Memory Cards News - Australia

Latest news and reviews on flash memory cards.

Tuesday, December 21, 2004

Flash Memory Capacity Increases while Size Shrinks

Scientists at Infineon Technologies AG, Germany, have built the world's smallest non-volatile flash memory cell. The new memory cell measures just 20 nanometers - approximately 5,000 times thinner than a human hair.

Given that all manufacturing-related challenges - including that of lithography - can be resolved, the new development would make nonvolatile memory chips with a capacity of 32 Gbit possible within a few years. That is eight times the capacity of what is currently available in the market.

Nonvolatile flash memories are becoming increasingly popular as mass storage media for devices such as digital cameras, camcorders and USB sticks. The most advanced nonvolatile flash memory devices available today can permanently store one or two bits of information per memory cell without a supply voltage.
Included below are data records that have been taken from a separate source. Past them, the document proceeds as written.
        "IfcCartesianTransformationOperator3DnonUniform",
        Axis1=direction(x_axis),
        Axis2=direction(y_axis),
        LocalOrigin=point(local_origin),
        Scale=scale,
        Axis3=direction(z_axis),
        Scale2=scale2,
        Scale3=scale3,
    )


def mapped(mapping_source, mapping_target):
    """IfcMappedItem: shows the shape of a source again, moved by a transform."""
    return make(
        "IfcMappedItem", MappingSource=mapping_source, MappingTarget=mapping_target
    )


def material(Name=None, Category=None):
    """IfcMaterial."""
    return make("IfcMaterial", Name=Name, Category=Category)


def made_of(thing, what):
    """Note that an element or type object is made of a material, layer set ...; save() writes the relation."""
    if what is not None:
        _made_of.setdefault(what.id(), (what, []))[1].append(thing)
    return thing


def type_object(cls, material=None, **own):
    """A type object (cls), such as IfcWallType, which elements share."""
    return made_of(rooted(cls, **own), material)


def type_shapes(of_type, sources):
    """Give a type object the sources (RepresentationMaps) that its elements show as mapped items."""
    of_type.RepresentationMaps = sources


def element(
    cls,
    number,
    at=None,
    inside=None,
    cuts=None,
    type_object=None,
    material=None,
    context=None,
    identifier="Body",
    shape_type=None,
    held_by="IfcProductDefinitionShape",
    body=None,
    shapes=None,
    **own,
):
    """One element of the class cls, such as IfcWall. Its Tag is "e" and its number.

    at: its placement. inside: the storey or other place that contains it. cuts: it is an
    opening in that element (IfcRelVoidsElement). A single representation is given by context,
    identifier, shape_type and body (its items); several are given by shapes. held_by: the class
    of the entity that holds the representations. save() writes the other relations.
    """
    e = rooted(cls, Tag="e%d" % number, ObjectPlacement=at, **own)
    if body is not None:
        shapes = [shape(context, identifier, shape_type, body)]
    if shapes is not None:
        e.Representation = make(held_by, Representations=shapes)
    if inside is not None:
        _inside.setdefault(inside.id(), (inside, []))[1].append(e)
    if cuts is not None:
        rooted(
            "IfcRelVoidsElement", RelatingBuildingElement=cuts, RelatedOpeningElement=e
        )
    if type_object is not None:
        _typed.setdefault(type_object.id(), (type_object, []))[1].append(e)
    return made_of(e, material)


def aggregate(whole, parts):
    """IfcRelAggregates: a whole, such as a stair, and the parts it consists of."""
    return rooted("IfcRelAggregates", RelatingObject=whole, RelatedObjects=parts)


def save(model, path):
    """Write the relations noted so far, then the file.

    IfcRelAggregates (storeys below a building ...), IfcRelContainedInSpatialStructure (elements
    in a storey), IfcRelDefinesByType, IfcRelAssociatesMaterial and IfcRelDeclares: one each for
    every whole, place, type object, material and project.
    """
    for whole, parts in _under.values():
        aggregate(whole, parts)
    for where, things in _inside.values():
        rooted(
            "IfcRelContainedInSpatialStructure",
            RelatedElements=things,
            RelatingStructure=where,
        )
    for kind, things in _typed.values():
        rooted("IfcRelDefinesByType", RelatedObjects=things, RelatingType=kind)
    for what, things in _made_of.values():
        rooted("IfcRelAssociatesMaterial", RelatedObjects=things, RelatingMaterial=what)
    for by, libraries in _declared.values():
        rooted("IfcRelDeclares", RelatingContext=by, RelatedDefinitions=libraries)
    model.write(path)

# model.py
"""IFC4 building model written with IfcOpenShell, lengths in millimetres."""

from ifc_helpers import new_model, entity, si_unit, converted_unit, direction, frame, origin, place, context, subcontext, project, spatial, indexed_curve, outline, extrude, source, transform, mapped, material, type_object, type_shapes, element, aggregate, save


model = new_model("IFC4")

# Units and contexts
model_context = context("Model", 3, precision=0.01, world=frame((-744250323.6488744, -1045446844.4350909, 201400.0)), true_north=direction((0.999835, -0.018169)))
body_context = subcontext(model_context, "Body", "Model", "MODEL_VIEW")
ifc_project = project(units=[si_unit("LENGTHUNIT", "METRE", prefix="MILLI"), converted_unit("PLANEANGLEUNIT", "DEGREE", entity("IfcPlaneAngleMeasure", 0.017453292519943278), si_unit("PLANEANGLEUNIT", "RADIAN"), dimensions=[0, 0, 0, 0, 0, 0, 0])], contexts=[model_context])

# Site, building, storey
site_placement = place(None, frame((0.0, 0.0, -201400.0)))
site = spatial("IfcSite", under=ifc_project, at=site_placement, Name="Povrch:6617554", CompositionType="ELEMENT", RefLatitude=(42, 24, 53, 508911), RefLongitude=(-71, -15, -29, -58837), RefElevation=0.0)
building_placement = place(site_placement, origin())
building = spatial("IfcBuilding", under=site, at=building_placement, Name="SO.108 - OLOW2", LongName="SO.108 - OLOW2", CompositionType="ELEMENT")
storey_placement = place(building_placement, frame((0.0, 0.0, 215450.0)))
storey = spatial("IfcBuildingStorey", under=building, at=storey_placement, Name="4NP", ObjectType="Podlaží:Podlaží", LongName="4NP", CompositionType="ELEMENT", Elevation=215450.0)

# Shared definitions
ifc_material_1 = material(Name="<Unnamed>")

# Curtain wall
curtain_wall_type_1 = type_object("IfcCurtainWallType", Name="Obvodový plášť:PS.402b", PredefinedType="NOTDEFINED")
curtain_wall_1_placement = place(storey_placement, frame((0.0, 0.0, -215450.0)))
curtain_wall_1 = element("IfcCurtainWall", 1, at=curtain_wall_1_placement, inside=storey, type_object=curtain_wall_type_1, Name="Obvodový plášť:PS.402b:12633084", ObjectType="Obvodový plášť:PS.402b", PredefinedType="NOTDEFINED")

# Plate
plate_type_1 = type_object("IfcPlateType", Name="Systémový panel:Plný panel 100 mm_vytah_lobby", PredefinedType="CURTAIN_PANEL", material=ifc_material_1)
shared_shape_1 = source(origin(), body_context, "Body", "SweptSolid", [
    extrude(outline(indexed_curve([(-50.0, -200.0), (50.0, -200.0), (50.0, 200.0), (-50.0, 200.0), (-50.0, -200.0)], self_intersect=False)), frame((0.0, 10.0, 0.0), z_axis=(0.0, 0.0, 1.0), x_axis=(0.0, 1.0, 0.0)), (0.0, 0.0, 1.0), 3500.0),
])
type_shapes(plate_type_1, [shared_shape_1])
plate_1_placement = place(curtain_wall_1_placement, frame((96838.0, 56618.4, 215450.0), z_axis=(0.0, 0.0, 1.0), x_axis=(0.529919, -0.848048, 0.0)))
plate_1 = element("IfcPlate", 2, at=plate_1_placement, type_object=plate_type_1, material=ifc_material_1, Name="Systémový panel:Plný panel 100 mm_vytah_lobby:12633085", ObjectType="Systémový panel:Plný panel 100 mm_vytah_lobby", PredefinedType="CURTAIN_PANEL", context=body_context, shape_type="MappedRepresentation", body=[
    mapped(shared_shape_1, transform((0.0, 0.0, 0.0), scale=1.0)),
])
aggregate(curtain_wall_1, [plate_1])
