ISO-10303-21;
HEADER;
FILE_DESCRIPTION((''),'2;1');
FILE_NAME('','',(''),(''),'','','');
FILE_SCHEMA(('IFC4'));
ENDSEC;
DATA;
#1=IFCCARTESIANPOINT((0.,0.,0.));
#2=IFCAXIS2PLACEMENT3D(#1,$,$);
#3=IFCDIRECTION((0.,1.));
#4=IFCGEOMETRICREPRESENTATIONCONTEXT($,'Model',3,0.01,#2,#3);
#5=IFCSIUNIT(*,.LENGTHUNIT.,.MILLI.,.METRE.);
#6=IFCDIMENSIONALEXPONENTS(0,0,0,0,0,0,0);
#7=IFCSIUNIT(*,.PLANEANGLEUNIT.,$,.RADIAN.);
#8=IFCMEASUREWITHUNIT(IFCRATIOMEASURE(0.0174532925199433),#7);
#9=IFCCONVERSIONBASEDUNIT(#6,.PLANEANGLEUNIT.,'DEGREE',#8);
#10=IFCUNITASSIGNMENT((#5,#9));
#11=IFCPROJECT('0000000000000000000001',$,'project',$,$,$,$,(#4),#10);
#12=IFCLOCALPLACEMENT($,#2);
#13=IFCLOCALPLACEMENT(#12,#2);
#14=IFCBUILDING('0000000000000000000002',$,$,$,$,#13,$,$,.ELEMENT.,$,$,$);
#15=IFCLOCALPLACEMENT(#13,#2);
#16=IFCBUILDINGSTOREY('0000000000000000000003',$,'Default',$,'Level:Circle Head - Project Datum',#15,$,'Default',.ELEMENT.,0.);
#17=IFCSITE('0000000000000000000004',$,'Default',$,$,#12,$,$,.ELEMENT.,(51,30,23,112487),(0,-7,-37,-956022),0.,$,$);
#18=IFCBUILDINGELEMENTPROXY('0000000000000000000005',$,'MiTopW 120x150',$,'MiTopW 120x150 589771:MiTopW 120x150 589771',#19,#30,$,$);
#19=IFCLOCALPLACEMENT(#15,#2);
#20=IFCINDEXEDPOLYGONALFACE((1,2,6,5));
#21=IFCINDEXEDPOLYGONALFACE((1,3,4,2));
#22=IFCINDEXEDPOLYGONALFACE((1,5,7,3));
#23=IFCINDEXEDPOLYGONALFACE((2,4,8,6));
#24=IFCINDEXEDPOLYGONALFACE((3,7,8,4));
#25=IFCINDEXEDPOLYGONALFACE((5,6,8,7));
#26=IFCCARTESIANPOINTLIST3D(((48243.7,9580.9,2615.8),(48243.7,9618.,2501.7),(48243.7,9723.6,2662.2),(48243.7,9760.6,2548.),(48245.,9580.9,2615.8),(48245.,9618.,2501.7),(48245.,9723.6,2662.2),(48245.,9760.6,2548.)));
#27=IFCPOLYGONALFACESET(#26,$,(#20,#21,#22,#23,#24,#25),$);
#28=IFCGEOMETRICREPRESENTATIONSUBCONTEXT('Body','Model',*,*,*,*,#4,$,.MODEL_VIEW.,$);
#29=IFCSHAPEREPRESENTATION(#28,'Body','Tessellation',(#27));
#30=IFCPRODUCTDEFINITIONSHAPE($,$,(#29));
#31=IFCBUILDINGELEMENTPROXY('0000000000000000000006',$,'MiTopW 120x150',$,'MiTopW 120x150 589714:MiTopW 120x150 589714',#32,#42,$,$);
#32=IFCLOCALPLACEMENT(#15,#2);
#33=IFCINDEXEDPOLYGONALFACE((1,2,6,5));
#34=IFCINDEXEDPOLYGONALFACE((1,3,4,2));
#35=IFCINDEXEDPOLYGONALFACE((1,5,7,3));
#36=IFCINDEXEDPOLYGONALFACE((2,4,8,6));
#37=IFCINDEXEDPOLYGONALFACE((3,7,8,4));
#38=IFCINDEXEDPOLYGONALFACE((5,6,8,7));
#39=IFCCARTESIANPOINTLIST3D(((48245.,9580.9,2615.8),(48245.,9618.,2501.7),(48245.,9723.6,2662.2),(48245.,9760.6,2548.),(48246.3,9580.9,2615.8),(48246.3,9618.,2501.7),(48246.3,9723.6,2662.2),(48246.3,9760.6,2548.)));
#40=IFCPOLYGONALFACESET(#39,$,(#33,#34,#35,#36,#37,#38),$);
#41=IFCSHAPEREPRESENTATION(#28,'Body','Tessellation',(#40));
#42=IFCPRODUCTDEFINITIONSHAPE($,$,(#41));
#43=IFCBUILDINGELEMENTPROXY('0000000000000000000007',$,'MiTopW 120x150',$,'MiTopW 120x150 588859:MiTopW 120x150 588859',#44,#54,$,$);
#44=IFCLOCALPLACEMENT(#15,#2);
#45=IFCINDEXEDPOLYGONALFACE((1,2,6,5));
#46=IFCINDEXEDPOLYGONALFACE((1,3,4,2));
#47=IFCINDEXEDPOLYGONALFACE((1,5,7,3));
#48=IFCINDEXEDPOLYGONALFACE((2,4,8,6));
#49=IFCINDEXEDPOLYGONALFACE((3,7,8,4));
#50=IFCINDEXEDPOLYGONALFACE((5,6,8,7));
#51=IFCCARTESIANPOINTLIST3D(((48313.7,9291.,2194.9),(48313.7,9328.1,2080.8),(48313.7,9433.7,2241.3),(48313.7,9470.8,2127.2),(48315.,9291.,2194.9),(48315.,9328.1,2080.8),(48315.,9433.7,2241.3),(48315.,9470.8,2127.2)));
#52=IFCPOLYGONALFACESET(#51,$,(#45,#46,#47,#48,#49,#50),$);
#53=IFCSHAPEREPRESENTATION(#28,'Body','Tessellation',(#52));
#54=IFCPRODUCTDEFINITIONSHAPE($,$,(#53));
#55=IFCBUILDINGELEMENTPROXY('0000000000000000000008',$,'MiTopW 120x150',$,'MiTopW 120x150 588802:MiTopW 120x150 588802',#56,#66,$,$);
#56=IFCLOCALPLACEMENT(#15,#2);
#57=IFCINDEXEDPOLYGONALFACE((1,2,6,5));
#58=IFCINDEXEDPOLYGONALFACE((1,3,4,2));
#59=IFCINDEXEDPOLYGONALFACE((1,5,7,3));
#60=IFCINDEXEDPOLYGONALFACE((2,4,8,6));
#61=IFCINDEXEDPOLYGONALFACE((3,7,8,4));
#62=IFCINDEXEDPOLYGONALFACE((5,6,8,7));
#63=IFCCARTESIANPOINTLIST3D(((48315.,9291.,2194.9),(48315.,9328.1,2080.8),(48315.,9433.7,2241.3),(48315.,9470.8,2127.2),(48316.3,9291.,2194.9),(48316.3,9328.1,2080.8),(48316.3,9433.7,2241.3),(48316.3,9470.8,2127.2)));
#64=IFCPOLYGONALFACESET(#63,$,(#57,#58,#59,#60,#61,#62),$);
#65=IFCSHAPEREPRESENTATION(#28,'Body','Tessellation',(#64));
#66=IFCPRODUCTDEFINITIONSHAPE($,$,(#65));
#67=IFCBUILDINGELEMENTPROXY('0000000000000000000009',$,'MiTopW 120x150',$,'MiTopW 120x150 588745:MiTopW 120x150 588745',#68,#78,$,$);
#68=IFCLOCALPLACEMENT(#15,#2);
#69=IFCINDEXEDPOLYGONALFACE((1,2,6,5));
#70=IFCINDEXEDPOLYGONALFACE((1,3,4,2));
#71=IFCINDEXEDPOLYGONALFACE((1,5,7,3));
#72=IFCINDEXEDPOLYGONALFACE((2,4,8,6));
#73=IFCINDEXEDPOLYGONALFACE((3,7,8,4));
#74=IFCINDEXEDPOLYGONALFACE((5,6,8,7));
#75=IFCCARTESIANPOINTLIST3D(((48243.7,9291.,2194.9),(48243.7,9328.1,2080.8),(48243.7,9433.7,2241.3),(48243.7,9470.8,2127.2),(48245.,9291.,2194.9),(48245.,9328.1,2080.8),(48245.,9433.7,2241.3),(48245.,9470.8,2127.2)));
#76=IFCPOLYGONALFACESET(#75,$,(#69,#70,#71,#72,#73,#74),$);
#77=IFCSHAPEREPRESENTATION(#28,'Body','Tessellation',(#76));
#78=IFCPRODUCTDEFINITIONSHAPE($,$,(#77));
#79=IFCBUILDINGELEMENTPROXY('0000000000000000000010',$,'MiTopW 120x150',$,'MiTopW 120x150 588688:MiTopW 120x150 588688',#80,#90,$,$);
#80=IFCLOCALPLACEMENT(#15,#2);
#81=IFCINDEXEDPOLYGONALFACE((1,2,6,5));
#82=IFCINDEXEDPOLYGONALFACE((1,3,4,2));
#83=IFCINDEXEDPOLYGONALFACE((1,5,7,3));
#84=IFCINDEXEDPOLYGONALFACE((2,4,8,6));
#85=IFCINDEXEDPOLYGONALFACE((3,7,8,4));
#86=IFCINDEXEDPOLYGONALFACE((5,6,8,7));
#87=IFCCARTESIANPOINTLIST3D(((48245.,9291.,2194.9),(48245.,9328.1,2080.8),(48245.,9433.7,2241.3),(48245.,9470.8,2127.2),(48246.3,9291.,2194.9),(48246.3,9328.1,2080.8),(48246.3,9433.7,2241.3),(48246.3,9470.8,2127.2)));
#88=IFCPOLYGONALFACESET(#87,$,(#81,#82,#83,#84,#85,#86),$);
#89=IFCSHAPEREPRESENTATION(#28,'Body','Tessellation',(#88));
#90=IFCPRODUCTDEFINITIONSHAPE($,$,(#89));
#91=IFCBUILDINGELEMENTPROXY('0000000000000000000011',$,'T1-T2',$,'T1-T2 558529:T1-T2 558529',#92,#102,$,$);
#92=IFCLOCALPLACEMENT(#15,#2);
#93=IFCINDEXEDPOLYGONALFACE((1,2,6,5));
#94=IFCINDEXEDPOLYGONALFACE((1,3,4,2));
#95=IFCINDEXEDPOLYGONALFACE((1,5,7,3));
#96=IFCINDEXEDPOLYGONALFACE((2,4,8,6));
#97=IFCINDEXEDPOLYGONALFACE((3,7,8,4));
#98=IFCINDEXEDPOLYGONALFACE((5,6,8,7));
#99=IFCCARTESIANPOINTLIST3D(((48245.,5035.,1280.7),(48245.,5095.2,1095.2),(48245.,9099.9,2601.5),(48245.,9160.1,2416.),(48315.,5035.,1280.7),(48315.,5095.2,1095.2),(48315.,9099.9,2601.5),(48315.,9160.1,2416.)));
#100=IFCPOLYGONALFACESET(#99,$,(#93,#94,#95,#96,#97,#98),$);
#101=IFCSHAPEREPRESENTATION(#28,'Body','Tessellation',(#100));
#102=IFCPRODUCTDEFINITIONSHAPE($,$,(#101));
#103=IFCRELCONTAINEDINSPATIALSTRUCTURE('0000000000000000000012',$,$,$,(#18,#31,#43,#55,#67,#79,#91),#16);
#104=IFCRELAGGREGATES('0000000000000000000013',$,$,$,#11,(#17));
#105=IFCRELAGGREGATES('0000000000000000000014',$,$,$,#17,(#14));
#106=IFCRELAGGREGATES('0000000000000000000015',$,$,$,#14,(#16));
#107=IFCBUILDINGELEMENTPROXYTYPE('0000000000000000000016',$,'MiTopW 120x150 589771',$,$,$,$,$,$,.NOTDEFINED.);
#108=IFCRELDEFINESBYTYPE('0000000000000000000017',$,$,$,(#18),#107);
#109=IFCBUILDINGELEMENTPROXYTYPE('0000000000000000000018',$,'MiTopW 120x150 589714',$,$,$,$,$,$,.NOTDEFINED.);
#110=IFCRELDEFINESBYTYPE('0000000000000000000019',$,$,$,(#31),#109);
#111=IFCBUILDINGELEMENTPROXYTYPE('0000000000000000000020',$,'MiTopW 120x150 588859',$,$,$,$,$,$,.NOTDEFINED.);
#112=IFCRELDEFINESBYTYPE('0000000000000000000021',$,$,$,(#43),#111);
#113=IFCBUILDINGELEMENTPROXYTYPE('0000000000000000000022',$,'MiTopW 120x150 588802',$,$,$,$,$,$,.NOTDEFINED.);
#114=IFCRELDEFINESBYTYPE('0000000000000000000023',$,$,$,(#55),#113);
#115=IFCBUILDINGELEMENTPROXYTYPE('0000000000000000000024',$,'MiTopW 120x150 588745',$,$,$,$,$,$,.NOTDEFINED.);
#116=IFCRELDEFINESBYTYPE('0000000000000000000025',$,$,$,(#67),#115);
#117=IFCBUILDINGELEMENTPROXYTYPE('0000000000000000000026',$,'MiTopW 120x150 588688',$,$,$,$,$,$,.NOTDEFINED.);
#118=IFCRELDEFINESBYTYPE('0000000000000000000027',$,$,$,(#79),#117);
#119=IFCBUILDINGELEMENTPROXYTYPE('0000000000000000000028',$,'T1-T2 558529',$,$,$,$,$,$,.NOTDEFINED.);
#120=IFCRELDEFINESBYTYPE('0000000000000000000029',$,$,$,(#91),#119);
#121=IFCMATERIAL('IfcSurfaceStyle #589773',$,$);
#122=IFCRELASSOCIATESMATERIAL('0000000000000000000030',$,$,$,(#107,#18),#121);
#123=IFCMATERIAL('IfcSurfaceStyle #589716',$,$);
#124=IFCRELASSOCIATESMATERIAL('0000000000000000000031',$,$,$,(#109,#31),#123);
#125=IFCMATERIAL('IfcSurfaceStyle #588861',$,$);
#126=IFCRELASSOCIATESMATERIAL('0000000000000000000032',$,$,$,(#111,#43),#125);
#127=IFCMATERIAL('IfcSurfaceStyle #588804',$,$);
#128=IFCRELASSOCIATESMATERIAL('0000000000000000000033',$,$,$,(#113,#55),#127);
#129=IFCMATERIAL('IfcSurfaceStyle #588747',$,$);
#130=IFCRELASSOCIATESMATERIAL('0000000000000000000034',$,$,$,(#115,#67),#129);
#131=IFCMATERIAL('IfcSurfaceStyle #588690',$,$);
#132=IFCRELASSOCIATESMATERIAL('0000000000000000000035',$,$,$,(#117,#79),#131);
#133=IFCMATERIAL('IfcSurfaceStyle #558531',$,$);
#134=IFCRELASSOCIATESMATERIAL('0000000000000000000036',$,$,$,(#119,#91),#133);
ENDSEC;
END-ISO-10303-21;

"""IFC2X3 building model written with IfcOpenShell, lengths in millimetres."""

from ifc_helpers import new_model, entity, si_unit, converted_unit, direction, frame, origin, place, context, subcontext, project, spatial, polyline, outline, extrude, source, transform, mapped, material, type_object, type_shapes, element, save


model = new_model("IFC2X3")

# Units and contexts
model_context = context("Model", 3, precision=0.01, world=origin(), true_north=direction((0.0, 1.0)))
body_context = subcontext(model_context, "Body", "Model", "MODEL_VIEW")
ifc_project = project(units=[si_unit("LENGTHUNIT", "METRE", prefix="MILLI"), converted_unit("PLANEANGLEUNIT", "DEGREE", entity("IfcRatioMeasure", 0.0174532925199433), si_unit("PLANEANGLEUNIT", "RADIAN"), dimensions=[0, 0, 0, 0, 0, 0, 0])], contexts=[model_context])

# Site, building, storey
site_placement = place(None, origin())
site = spatial("IfcSite", under=ifc_project, at=site_placement, Name="Default", CompositionType="ELEMENT", RefLatitude=(51, 30, 23, 112487), RefLongitude=(0, -7, -37, -956022), RefElevation=0.0)
building_placement = place(site_placement, origin())
building = spatial("IfcBuilding", under=site, at=building_placement, CompositionType="ELEMENT")
storey_placement = place(building_placement, origin())
storey = spatial("IfcBuildingStorey", under=building, at=storey_placement, Name="Default", ObjectType="Level:Circle Head - Project Datum", LongName="Default", CompositionType="ELEMENT", Elevation=0.0)

# Building element proxies
ifc_material_1 = material(Name="IfcSurfaceStyle #589773")
building_element_proxy_type_1 = type_object("IfcBuildingElementProxyType", Name="MiTopW 120x150 589771", PredefinedType="NOTDEFINED", material=ifc_material_1)
shared_shape_1 = source(origin(), body_context, "Body", "SweptSolid", [
    extrude(outline(polyline([(-75.0, -60.0), (75.0, -60.0), (75.0, 60.0), (-75.0, 60.0), (-75.0, -60.0)])), frame((75.0, 60.0, 0.0), z_axis=(0.0, 0.0, 1.0), x_axis=(-1.0, 0.0, 0.0)), (0.0, 0.0, 1.0), 1.3),
])
type_shapes(building_element_proxy_type_1, [shared_shape_1])
proxy_1_placement = place(building_placement, frame((48245.0, 9580.9, 2615.8), z_axis=(-1.0, 0.0, 0.0), x_axis=(0.0, 0.951057, 0.309017)))
element("IfcBuildingElementProxy", 1, at=proxy_1_placement, inside=storey, type_object=building_element_proxy_type_1, material=ifc_material_1, Name="MiTopW 120x150", ObjectType="MiTopW 120x150 589771:MiTopW 120x150 589771", context=body_context, shape_type="MappedRepresentation", body=[
    mapped(shared_shape_1, transform((0.0, 0.0, 0.0), scale=1.0)),
])
ifc_material_2 = material(Name="IfcSurfaceStyle #589716")
building_element_proxy_type_2 = type_object("IfcBuildingElementProxyType", Name="MiTopW 120x150 589714", PredefinedType="NOTDEFINED", material=ifc_material_2)
shared_shape_2 = source(origin(), body_context, "Body", "SweptSolid", [
    extrude(outline(polyline([(-75.0, -60.0), (75.0, -60.0), (75.0, 60.0), (-75.0, 60.0), (-75.0, -60.0)])), frame((75.0, 60.0, 0.0), z_axis=(0.0, 0.0, 1.0), x_axis=(-1.0, 0.0, 0.0)), (0.0, 0.0, 1.0), 1.3),
])
type_shapes(building_element_proxy_type_2, [shared_shape_2])
proxy_2_placement = place(building_placement, frame((48246.3, 9580.9, 2615.8), z_axis=(-1.0, 0.0, 0.0), x_axis=(0.0, 0.951057, 0.309017)))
Such memories have a feature size of around 90 nanometers, and shrinking this feature size using typical techniques to half that size has posed many problems because of nanoscale physical effects. In particular, fabricating 20 nanometer-sized flash memory cells has been considered almost impossible because these physical effects would make the memory cells extremely unreliable.

The Infineon researchers created a three-dimensional structure with a fin for the transistor that acts as the heart of the memory cell. The geometry minimizes unwanted effects and improves electrostatic control compared to today's flat transistors.
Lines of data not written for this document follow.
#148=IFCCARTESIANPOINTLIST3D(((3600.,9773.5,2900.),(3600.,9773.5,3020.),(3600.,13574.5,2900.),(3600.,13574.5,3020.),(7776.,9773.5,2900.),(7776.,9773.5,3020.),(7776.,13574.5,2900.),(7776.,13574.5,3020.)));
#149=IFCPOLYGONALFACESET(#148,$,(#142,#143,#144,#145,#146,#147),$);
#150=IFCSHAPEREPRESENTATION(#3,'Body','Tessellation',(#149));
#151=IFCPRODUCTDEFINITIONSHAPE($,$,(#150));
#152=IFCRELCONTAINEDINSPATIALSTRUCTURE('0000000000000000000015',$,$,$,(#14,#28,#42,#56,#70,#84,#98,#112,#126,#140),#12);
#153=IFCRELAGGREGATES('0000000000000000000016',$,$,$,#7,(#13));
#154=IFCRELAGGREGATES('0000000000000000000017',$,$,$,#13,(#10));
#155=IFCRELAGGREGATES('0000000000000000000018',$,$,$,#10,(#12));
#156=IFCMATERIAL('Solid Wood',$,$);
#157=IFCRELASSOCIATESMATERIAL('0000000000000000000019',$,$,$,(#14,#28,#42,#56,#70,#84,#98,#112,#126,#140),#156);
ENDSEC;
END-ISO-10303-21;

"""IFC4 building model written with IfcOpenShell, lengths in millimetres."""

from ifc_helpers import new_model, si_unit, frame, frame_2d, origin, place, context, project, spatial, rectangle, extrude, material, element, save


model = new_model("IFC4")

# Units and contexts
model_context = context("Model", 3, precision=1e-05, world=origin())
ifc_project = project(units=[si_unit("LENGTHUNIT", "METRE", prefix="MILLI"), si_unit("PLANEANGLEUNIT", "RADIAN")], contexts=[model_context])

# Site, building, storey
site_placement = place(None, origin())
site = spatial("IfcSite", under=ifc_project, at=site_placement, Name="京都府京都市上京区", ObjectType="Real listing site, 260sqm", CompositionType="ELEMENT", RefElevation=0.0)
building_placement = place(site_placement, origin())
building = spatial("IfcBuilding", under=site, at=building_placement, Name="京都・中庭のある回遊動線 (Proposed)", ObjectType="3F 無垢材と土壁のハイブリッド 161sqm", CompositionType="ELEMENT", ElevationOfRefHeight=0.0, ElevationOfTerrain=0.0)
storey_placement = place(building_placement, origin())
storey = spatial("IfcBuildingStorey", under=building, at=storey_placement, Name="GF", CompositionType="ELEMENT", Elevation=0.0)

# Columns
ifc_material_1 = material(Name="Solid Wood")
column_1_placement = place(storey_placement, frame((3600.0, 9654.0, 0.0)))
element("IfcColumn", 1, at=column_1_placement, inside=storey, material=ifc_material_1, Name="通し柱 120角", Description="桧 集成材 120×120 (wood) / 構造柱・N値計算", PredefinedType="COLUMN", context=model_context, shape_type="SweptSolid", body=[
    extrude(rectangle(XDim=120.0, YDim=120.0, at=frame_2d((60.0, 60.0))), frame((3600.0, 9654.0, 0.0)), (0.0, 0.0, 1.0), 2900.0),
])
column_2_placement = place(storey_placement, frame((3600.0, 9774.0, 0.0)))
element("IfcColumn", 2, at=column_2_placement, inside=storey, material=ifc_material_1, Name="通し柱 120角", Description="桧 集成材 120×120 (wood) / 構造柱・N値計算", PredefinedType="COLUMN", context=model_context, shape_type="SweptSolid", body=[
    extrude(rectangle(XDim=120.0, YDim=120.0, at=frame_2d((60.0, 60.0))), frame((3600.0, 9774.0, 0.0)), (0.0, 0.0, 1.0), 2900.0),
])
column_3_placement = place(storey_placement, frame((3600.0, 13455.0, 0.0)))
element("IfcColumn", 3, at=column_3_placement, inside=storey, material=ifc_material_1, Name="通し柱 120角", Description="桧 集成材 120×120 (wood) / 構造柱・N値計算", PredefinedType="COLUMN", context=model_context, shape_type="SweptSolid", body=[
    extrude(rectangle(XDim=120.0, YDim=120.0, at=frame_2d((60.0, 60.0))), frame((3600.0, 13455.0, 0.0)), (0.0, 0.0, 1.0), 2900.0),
Called a FinFET (Fin Field Effect Transistor), the Infineon device stores the electrons that carry the information in a nitride layer that lies electrically isolated between the silicon fin and the gate electrode. 8 nanometers thin, the fin is controlled by the 20 nanometer-wide gate electrode.

According to Infineon the FinFET is extremely durable and possesses excellent electrical characteristics. For example, the most advanced memories on the market today need approximately 1,000 electrons in order to reliably remember one bit. The new Infineon memory cell uses only 100 electrons; an additional 100 electrons stores a second bit in the same transistor. 100 electrons roughly correspond to the number of electrons in a single gold atom.

Details about the new flash memory were presented at a post-deadline paper at the IEEE’s International Electron Devices Meeting in San Francisco yesterday.